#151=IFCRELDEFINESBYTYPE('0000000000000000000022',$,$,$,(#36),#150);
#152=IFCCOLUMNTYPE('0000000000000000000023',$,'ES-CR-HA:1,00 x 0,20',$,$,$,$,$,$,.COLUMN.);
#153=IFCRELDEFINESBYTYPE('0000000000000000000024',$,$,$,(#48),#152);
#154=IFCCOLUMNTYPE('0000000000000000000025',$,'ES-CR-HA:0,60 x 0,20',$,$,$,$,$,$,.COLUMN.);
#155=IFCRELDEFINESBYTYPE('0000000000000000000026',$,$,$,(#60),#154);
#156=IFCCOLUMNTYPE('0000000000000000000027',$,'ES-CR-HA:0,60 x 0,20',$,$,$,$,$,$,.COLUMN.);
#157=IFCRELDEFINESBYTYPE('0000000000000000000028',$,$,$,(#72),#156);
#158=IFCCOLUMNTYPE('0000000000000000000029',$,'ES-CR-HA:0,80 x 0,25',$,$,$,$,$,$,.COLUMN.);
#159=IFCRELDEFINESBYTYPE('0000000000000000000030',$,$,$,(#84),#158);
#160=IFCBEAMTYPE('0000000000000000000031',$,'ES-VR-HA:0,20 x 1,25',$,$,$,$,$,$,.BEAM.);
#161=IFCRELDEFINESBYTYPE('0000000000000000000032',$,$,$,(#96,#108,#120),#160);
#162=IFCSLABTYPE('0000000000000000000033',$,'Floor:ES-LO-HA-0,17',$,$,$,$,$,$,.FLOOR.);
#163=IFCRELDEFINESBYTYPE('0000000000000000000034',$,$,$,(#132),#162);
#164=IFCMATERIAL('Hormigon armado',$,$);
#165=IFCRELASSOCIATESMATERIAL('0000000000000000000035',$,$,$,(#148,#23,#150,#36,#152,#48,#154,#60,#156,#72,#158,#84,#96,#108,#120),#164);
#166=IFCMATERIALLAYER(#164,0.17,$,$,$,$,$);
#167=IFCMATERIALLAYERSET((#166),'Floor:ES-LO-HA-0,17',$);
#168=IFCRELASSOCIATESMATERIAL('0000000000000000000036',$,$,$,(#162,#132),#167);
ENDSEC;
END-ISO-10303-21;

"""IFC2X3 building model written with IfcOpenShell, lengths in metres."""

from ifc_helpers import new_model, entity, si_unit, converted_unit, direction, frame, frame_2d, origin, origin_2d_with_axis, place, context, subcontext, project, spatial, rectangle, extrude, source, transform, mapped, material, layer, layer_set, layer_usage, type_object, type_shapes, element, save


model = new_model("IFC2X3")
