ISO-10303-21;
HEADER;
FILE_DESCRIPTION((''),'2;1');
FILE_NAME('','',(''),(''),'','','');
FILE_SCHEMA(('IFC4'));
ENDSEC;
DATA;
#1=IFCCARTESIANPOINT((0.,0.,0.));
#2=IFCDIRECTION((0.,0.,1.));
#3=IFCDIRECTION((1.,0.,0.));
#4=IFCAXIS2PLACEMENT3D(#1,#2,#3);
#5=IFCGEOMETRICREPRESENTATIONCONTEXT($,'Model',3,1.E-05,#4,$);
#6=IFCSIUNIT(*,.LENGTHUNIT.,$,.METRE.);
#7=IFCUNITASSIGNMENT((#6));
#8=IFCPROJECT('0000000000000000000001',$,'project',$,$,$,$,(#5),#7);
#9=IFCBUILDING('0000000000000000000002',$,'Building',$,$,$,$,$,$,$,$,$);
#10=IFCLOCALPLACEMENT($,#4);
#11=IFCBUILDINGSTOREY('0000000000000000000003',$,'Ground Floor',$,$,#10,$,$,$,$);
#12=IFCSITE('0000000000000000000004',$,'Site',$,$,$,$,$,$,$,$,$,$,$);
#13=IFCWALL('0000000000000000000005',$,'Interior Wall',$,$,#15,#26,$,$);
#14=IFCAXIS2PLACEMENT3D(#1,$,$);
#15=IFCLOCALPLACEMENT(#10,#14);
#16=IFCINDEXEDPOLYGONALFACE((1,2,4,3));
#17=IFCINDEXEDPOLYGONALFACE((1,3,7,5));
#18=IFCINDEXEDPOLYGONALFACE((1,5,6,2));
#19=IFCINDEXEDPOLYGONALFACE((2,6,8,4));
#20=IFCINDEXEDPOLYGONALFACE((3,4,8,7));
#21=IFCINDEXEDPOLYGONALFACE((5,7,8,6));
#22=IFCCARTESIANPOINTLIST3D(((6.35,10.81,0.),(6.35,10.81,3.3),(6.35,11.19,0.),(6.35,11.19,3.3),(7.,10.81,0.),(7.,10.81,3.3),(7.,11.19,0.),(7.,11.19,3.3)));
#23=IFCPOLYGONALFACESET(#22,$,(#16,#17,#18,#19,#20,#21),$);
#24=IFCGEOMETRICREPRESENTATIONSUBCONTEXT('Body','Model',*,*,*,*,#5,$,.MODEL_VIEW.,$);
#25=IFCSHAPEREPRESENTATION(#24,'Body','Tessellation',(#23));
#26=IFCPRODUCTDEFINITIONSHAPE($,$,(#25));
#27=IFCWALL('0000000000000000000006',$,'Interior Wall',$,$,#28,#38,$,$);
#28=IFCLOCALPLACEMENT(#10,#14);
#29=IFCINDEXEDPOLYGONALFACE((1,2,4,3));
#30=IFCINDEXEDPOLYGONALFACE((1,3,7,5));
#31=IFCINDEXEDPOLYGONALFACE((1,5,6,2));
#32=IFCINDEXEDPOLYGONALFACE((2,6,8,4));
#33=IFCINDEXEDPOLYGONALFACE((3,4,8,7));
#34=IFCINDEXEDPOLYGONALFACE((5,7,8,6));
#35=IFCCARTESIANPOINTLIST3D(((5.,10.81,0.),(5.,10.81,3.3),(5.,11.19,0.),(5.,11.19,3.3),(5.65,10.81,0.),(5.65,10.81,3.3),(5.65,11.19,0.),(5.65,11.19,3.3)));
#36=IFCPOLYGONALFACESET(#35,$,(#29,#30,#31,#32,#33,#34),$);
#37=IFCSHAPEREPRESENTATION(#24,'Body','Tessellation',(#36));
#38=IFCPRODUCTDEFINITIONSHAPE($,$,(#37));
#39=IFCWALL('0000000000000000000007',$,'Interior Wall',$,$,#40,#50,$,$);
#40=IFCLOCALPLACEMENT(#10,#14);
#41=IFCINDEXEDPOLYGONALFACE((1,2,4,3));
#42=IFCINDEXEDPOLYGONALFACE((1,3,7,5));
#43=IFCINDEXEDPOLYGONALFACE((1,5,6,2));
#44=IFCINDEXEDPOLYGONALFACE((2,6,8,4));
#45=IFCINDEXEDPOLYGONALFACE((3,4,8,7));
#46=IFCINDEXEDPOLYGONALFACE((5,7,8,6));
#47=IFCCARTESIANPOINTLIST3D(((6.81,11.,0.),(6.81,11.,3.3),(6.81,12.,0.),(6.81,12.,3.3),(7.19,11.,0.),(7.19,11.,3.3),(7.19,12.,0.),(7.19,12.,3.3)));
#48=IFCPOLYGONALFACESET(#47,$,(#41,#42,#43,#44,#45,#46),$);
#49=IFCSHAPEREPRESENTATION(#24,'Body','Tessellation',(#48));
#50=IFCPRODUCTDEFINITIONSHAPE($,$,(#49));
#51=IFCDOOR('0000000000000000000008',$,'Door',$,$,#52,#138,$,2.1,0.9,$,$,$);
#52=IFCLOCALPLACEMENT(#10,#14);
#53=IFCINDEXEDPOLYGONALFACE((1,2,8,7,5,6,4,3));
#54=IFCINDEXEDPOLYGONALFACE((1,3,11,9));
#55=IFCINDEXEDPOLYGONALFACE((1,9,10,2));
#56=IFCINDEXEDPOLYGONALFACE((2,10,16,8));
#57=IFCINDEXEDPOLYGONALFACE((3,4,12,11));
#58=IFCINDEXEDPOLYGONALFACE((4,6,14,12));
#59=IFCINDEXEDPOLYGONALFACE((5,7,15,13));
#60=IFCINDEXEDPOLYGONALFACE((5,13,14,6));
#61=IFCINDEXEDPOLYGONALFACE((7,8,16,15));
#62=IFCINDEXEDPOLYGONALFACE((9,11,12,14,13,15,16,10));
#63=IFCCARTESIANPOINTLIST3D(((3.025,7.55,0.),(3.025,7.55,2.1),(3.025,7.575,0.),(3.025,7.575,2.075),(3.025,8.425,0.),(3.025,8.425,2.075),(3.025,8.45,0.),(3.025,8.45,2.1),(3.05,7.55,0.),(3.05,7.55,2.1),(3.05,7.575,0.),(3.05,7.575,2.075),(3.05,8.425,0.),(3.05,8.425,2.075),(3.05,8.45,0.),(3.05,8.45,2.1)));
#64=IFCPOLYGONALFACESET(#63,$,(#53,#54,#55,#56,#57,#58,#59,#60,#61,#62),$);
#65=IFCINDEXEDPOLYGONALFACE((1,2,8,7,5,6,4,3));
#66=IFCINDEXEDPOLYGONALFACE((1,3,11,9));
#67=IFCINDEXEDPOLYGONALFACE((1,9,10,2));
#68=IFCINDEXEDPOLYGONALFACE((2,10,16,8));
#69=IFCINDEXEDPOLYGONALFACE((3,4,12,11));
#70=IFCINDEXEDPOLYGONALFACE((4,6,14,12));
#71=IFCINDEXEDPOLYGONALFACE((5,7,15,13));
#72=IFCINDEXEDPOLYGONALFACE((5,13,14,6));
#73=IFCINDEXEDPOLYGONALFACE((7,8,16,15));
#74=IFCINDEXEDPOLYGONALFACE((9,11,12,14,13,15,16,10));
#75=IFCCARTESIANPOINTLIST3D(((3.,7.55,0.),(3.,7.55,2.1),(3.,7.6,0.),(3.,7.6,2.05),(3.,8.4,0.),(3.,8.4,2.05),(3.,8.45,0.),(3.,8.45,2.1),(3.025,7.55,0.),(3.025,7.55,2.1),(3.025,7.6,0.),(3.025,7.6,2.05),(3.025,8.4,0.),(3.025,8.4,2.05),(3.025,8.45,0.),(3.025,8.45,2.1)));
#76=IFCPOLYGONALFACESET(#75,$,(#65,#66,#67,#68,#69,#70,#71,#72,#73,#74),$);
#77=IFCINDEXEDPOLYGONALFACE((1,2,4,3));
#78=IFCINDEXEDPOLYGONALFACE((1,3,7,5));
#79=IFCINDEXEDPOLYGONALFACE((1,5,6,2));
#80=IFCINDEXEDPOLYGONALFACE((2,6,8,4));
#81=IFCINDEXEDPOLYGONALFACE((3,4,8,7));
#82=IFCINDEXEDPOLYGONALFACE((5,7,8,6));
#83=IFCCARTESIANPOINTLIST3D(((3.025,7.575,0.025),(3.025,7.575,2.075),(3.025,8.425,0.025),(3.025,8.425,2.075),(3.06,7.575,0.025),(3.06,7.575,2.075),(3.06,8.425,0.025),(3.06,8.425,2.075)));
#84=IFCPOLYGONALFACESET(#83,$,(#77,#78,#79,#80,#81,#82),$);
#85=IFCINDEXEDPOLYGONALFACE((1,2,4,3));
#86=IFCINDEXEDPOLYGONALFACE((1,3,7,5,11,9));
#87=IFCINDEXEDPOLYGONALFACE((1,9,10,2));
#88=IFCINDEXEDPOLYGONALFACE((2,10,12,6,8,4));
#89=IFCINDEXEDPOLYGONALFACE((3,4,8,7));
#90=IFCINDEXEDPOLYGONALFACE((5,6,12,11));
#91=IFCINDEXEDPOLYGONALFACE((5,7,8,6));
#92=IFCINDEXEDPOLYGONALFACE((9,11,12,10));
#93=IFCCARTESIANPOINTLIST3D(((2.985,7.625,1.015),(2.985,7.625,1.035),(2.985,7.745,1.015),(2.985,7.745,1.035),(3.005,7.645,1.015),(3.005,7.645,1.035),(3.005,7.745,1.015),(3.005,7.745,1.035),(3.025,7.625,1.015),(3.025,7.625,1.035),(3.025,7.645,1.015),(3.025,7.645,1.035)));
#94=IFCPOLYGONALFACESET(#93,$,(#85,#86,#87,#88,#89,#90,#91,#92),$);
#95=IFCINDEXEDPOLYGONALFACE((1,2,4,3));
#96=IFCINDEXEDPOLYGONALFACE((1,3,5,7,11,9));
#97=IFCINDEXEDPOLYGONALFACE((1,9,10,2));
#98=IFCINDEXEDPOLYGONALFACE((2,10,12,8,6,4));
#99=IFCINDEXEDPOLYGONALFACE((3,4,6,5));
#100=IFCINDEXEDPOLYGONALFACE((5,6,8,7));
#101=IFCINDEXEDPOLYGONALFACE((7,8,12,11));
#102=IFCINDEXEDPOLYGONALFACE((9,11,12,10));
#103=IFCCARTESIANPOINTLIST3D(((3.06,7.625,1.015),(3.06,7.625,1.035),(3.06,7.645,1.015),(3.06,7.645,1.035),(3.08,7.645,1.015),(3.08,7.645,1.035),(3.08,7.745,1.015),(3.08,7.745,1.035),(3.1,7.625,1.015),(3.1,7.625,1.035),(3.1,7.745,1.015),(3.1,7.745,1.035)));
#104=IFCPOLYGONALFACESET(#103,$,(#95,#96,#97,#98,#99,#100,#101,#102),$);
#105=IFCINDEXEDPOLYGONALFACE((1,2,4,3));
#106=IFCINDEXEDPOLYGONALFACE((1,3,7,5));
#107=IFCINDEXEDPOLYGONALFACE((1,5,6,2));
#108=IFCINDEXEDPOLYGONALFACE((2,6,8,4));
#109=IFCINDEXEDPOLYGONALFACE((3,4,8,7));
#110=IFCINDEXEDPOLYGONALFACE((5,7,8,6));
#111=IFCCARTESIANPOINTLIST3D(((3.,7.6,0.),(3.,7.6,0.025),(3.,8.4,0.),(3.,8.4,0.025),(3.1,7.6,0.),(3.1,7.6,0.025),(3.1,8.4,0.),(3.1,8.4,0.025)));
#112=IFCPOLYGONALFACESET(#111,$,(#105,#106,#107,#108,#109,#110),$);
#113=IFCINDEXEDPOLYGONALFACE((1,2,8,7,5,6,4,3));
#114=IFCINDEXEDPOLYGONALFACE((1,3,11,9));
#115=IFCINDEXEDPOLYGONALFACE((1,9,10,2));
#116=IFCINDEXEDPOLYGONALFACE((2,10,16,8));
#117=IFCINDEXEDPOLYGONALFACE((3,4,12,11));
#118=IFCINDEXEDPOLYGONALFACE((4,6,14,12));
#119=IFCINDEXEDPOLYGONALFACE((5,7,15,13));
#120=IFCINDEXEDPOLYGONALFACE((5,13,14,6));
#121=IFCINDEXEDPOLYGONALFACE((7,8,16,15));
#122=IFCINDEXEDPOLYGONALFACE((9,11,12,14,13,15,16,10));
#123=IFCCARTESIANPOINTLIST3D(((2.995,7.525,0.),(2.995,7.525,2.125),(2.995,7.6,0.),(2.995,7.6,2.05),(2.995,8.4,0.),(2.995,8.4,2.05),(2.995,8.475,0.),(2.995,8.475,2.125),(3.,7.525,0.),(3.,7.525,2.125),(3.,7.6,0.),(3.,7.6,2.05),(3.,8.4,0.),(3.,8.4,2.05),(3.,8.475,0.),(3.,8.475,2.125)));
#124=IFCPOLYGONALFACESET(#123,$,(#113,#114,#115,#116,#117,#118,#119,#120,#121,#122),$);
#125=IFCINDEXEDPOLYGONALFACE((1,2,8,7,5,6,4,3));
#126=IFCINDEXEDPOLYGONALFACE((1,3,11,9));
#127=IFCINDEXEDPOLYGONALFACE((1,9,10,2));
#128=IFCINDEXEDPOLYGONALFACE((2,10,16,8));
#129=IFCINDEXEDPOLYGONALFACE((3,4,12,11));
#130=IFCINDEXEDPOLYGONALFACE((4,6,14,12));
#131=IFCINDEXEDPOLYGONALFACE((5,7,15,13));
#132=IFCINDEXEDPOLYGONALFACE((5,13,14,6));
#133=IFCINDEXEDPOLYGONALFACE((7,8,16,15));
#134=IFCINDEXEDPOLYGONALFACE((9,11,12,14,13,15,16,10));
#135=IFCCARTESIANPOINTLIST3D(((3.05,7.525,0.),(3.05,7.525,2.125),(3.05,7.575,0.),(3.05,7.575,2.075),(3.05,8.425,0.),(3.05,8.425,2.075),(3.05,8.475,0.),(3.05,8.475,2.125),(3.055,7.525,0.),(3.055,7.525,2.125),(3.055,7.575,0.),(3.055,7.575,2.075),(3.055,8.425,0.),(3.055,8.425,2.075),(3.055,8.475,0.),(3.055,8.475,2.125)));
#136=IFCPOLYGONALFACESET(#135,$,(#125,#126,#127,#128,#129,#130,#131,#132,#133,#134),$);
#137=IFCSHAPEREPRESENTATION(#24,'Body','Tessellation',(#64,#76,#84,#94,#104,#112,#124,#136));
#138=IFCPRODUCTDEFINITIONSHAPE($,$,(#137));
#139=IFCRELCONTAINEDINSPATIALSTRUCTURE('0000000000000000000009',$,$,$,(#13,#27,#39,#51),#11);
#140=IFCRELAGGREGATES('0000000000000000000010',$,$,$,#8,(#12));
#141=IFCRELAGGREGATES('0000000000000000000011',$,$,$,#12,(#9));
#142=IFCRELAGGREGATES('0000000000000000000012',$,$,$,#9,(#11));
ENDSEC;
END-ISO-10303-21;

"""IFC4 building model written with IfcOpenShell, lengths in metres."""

from ifc_helpers import new_model, si_unit, frame, origin_with_axes, place, context, subcontext, project, spatial, line, indexed_curve, outline, extrude, element, save


model = new_model("IFC4")

# Units and contexts
model_context = context("Model", 3, precision=1e-05, world=origin_with_axes())
body_context = subcontext(model_context, "Body", "Model", "MODEL_VIEW")
ifc_project = project(units=[si_unit("LENGTHUNIT", "METRE")], contexts=[model_context])

# Site, building, storey
site = spatial("IfcSite", under=ifc_project, Name="Site")
building = spatial("IfcBuilding", under=site, Name="Building")
storey_placement = place(None, origin_with_axes())
storey = spatial("IfcBuildingStorey", under=building, at=storey_placement, Name="Ground Floor")

# Walls
for number, where, z_axis, x_axis, name in (
    (1, (7.0, 11.0, 0.0), (0.0, 0.0, 1.0), (-1.0, 0.0, 0.0), "Interior Wall"),
    (2, (5.65, 11.0, 0.0), (0.0, 0.0, 1.0), (-1.0, 0.0, 0.0), "Interior Wall"),
):
    element("IfcWall", number, at=place(storey_placement, frame(where, z_axis=z_axis, x_axis=x_axis)), inside=storey, Name=name, context=body_context, shape_type="SweptSolid", body=[
        extrude(outline(indexed_curve([(0.0, 0.0), (0.0, 0.38), (0.65, 0.38), (0.65, 0.0), (0.0, 0.0)], self_intersect=False)), frame((0.0, -0.19, 0.0), z_axis=(0.0, 0.0, 1.0), x_axis=(1.0, 0.0, 0.0)), (0.0, 0.0, 1.0), 3.3),
    ])
wall_1_placement = place(storey_placement, frame((7.0, 11.0, 0.0), z_axis=(0.0, 0.0, 1.0), x_axis=(0.0, 1.0, 0.0)))
element("IfcWall", 3, at=wall_1_placement, inside=storey, Name="Interior Wall", context=body_context, shape_type="SweptSolid", body=[
    extrude(outline(indexed_curve([(0.0, 0.0), (0.0, 0.38), (1.0, 0.38), (1.0, 0.0), (0.0, 0.0)], self_intersect=False)), frame((0.0, -0.19, 0.0), z_axis=(0.0, 0.0, 1.0), x_axis=(1.0, 0.0, 0.0)), (0.0, 0.0, 1.0), 3.3),
])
• • • • •
WORK INSTRUCTIONS >>
Return a word-for-word copy of the lines above from the one holding "#52=IFCLOCALPLACEMENT(#10,#14);" through the one holding "#71=IFCINDEXEDPOLYGONALFACE((5,7,15,13));", with both of them included and nothing besides.

RESPONSE AREA >>
#52=IFCLOCALPLACEMENT(#10,#14);
#53=IFCINDEXEDPOLYGONALFACE((1,2,8,7,5,6,4,3));
#54=IFCINDEXEDPOLYGONALFACE((1,3,11,9));
#55=IFCINDEXEDPOLYGONALFACE((1,9,10,2));
#56=IFCINDEXEDPOLYGONALFACE((2,10,16,8));
#57=IFCINDEXEDPOLYGONALFACE((3,4,12,11));
#58=IFCINDEXEDPOLYGONALFACE((4,6,14,12));
#59=IFCINDEXEDPOLYGONALFACE((5,7,15,13));
#60=IFCINDEXEDPOLYGONALFACE((5,13,14,6));
#61=IFCINDEXEDPOLYGONALFACE((7,8,16,15));
#62=IFCINDEXEDPOLYGONALFACE((9,11,12,14,13,15,16,10));
#63=IFCCARTESIANPOINTLIST3D(((3.025,7.55,0.),(3.025,7.55,2.1),(3.025,7.575,0.),(3.025,7.575,2.075),(3.025,8.425,0.),(3.025,8.425,2.075),(3.025,8.45,0.),(3.025,8.45,2.1),(3.05,7.55,0.),(3.05,7.55,2.1),(3.05,7.575,0.),(3.05,7.575,2.075),(3.05,8.425,0.),(3.05,8.425,2.075),(3.05,8.45,0.),(3.05,8.45,2.1)));
#64=IFCPOLYGONALFACESET(#63,$,(#53,#54,#55,#56,#57,#58,#59,#60,#61,#62),$);
#65=IFCINDEXEDPOLYGONALFACE((1,2,8,7,5,6,4,3));
#66=IFCINDEXEDPOLYGONALFACE((1,3,11,9));
#67=IFCINDEXEDPOLYGONALFACE((1,9,10,2));
#68=IFCINDEXEDPOLYGONALFACE((2,10,16,8));
#69=IFCINDEXEDPOLYGONALFACE((3,4,12,11));
#70=IFCINDEXEDPOLYGONALFACE((4,6,14,12));
#71=IFCINDEXEDPOLYGONALFACE((5,7,15,13));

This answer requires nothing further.